3.1. Multi-Source Data Fusion
In the context of multi-view learning, data fusion captures the comprehensive view of urban mobility
patterns, and also diffuses the limitations that come along with relying solely on single-source data.
However, most existing works make general assumption of the multi-source data when it is being
fused. For example in [13] , Zhang et al. (2014) used the transport data to simply complement modeling
primarily based on cellphone data, and later in [8], Zhang et al. (2017) adjusted and treated the two kinds
of data sources equally, as two independent views. This is bound to integrate the data in proportions
that don’t reflect the true representation of each view. Increasingly, authors in this field [9] [11] [14],
acknowledge that data fusion requires a full understanding of each dataset and their efficient utilization,
which is currently still limited. In our proposed framework, the characteristic context of multi-source
data is leveraged to workout an effective weighting scheme upon which data fusion is done. This will
ensure spatial-temporal patterns are realistically and dynamically captured.

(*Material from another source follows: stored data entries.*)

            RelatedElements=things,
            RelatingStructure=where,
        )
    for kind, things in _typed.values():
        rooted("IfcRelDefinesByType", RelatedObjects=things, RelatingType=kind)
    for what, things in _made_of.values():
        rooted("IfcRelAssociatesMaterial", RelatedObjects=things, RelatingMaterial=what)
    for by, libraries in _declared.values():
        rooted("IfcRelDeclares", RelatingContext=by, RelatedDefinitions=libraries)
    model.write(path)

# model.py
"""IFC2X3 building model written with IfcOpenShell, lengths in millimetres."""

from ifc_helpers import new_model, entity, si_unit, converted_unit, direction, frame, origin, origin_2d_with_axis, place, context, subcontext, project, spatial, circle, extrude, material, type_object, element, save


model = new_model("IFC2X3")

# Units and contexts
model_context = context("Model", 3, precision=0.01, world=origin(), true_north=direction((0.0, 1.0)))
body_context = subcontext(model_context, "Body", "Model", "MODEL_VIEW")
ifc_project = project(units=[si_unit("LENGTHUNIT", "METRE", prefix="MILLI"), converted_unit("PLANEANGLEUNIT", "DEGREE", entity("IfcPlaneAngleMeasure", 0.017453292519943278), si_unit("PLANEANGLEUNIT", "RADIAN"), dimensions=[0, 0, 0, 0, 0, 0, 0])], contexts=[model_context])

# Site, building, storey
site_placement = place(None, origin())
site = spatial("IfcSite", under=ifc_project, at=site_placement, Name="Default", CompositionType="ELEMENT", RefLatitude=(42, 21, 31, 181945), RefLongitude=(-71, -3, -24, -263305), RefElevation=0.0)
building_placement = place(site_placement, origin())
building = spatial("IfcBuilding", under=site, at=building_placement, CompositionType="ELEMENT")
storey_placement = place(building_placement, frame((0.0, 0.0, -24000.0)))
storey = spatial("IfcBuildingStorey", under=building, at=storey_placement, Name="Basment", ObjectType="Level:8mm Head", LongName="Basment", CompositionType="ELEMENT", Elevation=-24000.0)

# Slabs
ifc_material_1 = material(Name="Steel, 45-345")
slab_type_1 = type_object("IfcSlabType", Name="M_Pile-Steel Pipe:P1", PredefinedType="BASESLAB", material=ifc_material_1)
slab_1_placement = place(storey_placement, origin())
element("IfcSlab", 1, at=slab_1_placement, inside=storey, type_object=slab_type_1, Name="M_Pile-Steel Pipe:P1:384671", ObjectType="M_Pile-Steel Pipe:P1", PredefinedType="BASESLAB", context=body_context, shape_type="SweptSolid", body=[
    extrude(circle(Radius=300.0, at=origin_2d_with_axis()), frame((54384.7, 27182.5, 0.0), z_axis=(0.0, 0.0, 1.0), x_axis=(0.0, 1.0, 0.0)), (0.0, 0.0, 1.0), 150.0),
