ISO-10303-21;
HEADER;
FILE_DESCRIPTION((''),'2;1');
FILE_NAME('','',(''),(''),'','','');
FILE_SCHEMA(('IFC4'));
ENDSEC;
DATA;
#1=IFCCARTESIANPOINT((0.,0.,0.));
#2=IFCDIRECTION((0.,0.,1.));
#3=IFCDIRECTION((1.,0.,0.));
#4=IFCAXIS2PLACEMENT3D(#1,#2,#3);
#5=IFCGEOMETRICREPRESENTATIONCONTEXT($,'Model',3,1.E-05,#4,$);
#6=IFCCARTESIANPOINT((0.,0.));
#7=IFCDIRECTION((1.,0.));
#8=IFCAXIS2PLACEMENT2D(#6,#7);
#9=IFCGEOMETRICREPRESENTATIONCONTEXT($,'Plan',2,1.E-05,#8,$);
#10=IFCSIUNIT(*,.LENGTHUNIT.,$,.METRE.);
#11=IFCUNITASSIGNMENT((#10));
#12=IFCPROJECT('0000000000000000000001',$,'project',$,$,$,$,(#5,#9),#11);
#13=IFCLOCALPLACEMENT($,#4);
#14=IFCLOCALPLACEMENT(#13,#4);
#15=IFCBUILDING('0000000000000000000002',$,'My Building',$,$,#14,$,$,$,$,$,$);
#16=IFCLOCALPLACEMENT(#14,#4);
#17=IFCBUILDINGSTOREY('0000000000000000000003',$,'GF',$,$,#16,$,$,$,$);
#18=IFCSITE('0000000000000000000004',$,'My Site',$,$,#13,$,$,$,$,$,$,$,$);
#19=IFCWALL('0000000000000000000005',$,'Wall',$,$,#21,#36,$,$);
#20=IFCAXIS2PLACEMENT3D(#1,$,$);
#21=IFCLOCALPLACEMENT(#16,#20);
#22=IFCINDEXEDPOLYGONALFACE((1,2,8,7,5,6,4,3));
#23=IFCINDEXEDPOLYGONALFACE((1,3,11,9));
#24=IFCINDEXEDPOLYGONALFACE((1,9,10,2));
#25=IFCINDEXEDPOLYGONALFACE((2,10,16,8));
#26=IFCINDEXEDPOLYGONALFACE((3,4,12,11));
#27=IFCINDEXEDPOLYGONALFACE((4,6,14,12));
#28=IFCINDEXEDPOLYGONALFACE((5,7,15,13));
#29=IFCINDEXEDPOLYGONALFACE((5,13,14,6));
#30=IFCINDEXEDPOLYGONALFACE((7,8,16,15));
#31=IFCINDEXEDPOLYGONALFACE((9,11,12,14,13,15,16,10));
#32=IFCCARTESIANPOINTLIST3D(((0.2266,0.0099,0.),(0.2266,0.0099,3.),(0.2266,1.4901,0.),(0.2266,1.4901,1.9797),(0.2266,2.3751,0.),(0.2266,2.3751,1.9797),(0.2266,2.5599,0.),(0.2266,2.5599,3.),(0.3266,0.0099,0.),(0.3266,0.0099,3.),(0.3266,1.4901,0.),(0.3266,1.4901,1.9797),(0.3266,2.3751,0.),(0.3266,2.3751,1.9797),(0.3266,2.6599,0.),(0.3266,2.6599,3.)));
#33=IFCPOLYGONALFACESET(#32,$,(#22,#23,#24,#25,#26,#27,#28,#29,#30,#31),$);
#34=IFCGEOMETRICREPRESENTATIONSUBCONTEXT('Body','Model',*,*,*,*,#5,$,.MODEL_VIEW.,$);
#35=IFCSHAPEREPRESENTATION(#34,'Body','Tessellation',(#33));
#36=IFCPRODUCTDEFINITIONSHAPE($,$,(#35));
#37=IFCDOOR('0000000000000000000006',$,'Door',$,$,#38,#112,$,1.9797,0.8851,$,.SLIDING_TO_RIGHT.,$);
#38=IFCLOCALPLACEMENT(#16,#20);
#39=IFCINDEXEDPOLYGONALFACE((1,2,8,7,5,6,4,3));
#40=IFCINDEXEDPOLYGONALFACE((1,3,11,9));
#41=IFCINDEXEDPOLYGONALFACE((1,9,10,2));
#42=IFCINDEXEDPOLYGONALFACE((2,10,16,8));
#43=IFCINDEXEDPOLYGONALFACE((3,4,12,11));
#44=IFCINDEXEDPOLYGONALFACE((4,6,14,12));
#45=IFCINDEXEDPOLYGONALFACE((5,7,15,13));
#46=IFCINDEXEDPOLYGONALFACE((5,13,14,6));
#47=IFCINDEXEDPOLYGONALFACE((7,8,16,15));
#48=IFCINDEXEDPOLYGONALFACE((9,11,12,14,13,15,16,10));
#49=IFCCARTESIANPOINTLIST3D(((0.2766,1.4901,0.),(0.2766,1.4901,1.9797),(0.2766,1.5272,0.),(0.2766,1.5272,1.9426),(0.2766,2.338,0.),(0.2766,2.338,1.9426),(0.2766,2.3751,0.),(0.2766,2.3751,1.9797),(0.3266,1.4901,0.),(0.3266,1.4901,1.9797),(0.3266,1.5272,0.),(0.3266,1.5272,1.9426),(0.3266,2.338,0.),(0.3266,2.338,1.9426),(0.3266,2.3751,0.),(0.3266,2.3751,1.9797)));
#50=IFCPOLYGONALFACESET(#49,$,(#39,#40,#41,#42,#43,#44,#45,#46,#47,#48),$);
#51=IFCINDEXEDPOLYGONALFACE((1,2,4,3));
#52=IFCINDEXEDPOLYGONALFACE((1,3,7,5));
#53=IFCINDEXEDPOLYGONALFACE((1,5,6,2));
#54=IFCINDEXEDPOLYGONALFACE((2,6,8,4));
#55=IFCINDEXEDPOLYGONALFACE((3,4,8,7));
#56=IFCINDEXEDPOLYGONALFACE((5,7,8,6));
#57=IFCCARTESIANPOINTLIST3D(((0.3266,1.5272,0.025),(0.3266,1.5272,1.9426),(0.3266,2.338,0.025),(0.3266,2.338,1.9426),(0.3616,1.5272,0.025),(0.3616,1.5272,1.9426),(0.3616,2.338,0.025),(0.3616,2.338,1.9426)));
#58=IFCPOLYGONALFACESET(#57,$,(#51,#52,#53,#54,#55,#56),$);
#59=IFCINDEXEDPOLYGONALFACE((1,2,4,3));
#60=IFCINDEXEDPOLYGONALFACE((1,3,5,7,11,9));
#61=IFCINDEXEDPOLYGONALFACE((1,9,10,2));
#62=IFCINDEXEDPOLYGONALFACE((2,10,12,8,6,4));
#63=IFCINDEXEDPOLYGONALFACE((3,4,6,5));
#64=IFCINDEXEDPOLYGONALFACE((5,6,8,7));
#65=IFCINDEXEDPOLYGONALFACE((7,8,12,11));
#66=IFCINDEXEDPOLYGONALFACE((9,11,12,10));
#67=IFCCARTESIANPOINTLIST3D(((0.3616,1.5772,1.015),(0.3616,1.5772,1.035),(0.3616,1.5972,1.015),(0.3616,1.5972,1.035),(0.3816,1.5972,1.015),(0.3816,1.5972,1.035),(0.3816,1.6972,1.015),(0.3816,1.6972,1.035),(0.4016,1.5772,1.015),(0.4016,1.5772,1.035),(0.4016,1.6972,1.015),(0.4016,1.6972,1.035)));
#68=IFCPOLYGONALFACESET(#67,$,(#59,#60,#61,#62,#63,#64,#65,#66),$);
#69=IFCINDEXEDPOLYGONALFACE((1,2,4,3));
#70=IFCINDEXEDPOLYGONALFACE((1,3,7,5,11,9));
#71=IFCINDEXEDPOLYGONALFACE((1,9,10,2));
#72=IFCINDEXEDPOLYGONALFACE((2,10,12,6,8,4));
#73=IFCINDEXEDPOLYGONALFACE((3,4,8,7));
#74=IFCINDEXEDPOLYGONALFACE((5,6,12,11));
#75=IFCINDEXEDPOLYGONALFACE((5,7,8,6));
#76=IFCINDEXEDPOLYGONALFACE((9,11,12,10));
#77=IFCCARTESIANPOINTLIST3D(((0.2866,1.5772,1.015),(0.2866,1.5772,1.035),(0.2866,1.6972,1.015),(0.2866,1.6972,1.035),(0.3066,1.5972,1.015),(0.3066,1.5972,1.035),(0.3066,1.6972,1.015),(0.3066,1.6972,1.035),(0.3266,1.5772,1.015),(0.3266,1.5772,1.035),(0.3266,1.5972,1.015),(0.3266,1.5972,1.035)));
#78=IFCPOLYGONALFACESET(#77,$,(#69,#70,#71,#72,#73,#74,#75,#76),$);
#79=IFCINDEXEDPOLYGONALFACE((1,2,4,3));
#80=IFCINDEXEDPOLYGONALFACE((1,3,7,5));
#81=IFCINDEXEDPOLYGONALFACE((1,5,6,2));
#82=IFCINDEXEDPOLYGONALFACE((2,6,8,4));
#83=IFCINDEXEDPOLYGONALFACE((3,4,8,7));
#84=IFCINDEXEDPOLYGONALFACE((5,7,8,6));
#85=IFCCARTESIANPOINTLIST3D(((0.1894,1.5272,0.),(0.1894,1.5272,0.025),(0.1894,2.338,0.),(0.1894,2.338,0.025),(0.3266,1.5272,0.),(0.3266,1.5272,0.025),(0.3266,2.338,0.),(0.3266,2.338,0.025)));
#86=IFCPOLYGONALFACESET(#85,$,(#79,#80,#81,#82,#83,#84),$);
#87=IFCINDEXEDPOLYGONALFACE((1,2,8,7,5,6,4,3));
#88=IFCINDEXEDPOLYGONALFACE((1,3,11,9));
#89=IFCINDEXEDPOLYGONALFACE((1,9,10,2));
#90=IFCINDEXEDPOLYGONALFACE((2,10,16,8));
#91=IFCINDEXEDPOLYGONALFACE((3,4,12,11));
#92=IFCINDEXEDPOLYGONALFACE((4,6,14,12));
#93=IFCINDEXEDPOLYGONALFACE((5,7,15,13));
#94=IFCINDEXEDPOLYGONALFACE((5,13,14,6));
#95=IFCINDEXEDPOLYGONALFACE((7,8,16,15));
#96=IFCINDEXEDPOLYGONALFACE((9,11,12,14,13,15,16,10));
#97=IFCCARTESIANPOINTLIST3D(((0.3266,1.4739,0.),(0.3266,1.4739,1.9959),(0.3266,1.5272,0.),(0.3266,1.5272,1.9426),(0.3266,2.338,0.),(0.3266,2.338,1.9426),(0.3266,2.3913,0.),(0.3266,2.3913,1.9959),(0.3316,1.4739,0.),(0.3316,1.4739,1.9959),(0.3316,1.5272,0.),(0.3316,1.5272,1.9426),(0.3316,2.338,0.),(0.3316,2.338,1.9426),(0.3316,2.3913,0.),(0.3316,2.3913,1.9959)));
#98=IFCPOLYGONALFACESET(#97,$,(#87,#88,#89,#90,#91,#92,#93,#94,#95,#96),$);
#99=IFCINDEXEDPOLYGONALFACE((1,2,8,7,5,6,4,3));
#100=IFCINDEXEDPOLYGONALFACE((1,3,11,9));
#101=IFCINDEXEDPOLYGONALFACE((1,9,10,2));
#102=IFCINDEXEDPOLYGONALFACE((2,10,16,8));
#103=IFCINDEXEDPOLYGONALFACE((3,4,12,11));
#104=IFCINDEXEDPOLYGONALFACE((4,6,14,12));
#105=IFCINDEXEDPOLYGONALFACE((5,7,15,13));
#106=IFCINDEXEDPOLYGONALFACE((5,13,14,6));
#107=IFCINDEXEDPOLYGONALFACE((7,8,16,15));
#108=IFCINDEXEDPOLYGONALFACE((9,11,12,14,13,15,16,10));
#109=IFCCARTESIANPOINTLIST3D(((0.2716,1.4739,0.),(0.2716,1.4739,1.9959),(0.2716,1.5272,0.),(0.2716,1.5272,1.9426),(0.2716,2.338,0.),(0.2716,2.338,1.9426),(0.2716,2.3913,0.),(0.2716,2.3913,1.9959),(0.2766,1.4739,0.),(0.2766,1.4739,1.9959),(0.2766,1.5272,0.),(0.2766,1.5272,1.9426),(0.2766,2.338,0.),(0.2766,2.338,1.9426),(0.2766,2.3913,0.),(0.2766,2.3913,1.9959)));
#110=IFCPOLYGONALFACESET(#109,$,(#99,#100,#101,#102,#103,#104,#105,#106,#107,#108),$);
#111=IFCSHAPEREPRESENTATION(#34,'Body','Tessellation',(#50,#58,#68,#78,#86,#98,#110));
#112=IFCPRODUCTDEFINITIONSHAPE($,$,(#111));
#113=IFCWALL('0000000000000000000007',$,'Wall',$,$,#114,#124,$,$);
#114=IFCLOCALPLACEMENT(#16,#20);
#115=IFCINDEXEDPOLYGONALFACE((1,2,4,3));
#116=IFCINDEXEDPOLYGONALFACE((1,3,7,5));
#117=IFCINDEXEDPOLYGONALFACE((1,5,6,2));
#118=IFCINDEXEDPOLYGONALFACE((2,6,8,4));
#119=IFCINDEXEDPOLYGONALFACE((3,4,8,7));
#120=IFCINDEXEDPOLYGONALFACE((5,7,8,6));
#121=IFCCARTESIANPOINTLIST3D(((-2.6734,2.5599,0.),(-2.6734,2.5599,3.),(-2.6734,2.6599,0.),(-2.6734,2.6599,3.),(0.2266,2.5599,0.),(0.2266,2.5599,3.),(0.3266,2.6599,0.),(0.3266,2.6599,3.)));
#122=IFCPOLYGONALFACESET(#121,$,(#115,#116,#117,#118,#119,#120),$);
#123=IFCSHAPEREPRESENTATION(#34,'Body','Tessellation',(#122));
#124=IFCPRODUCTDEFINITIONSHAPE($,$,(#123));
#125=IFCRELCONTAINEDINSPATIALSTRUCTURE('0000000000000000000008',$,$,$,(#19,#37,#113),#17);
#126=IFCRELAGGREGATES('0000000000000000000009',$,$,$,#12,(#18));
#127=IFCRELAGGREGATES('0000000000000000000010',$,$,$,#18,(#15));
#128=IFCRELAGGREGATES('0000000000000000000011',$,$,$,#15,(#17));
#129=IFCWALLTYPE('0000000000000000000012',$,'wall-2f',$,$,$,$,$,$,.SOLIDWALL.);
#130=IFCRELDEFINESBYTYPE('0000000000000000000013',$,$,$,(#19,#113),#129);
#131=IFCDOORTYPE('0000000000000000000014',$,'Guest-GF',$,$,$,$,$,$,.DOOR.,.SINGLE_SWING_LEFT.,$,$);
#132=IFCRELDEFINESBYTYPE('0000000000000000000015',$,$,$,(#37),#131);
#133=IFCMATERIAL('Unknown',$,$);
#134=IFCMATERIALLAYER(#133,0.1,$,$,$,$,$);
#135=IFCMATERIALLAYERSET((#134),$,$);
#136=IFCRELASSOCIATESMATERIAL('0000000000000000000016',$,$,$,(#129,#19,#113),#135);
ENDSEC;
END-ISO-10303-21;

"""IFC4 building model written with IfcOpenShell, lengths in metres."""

from ifc_helpers import new_model, entity, si_unit, frame, origin_with_axes, origin_2d_with_axis, place, context, subcontext, project, spatial, line, indexed_curve, outline, extrude, shape, source, transform, mapped, material, layer, layer_set, layer_usage, type_object, type_shapes, element, fill, save


model = new_model("IFC4")

# Units and contexts
model_context = context("Model", 3, precision=1e-05, world=origin_with_axes())
plan_context = context("Plan", 2, precision=1e-05, world=origin_2d_with_axis())
body_context_1 = subcontext(model_context, "Body", "Model", "MODEL_VIEW")
body_context_2 = subcontext(plan_context, "Body", "Plan", "PLAN_VIEW")
ifc_project = project(units=[si_unit("LENGTHUNIT", "METRE")], contexts=[model_context, plan_context])

# Site, building, storey
site_placement = place(None, origin_with_axes())
site = spatial("IfcSite", under=ifc_project, at=site_placement, Name="My Site")
building_placement = place(site_placement, origin_with_axes())
building = spatial("IfcBuilding", under=site, at=building_placement, Name="My Building")
storey_placement = place(building_placement, origin_with_axes())
storey = spatial("IfcBuildingStorey", under=building, at=storey_placement, Name="GF")

# Shared definitions
ifc_material = material(Name="Unknown")

# Shared definitions
ifc_layer_1 = layer(ifc_material, 0.1)
ifc_layer_set_1 = layer_set([ifc_layer_1])
wall_type = type_object("IfcWallType", Name="wall-2f", PredefinedType="SOLIDWALL", material=ifc_layer_set_1)

# Wall, opening, door
ifc_layer_usage_1 = layer_usage(ifc_layer_set_1, "AXIS2", "POSITIVE", 0.0)
wall_1_placement = place(storey_placement, frame((0.3266, 0.0099, 0.0), z_axis=(0.0, 0.0, 1.0), x_axis=(0.0, 1.0, 0.0)))
wall_1 = element("IfcWall", 1, at=wall_1_placement, inside=storey, type_object=wall_type, material=ifc_layer_usage_1, Name="Wall", context=body_context_1, shape_type="SweptSolid", body=[
    extrude(outline(indexed_curve([(0.0, 0.0), (0.0, 0.1), (2.55, 0.1), (2.65, 0.0)], segments=[line(1, 2, 3, 4, 1)])), origin_with_axes(), (0.0, 0.0, 1.0), 3.0),
])
shared_shape_1 = source(origin_with_axes(), body_context_1, "Body", "SweptSolid", [
    extrude(outline(indexed_curve([(0.0, 0.0), (0.8851, 0.0), (0.8851, 1.9797), (0.0, 1.9797)], segments=[line(1, 2, 3, 4, 1)])), frame((0.0, -0.6, 0.0), z_axis=(0.0, -1.0, 0.0), x_axis=(1.0, 0.0, 0.0)), (0.0, 0.0, -1.0), 1.2),
])
opening_1_placement = place(wall_1_placement, frame((1.4802, 0.0, 0.0), z_axis=(0.0, 0.0, 1.0), x_axis=(1.0, 0.0, 0.0)))
opening_1 = element("IfcOpeningElement", 2, at=opening_1_placement, cuts=wall_1, PredefinedType="OPENING", context=body_context_1, shape_type="MappedRepresentation", body=[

3.2. Data – Knowledge Integration
It is widely known that data-driven models are only as good as the quantity and quality of data they are
trained on. Given issues relating to incompleteness, inconsistencies, sparsity and uncertainity, it is often
difficult to acquire large amounts of quality mobility data. However, integrating empirical data with
domain-specific knowledge often validates the data, enhancing model reliability and interpretability,
which is still an open challenge in human mobility research. To the best of our knowledge, very few
mobility modeling approaches exist in literature today, which incorporate domain-specific knowledge.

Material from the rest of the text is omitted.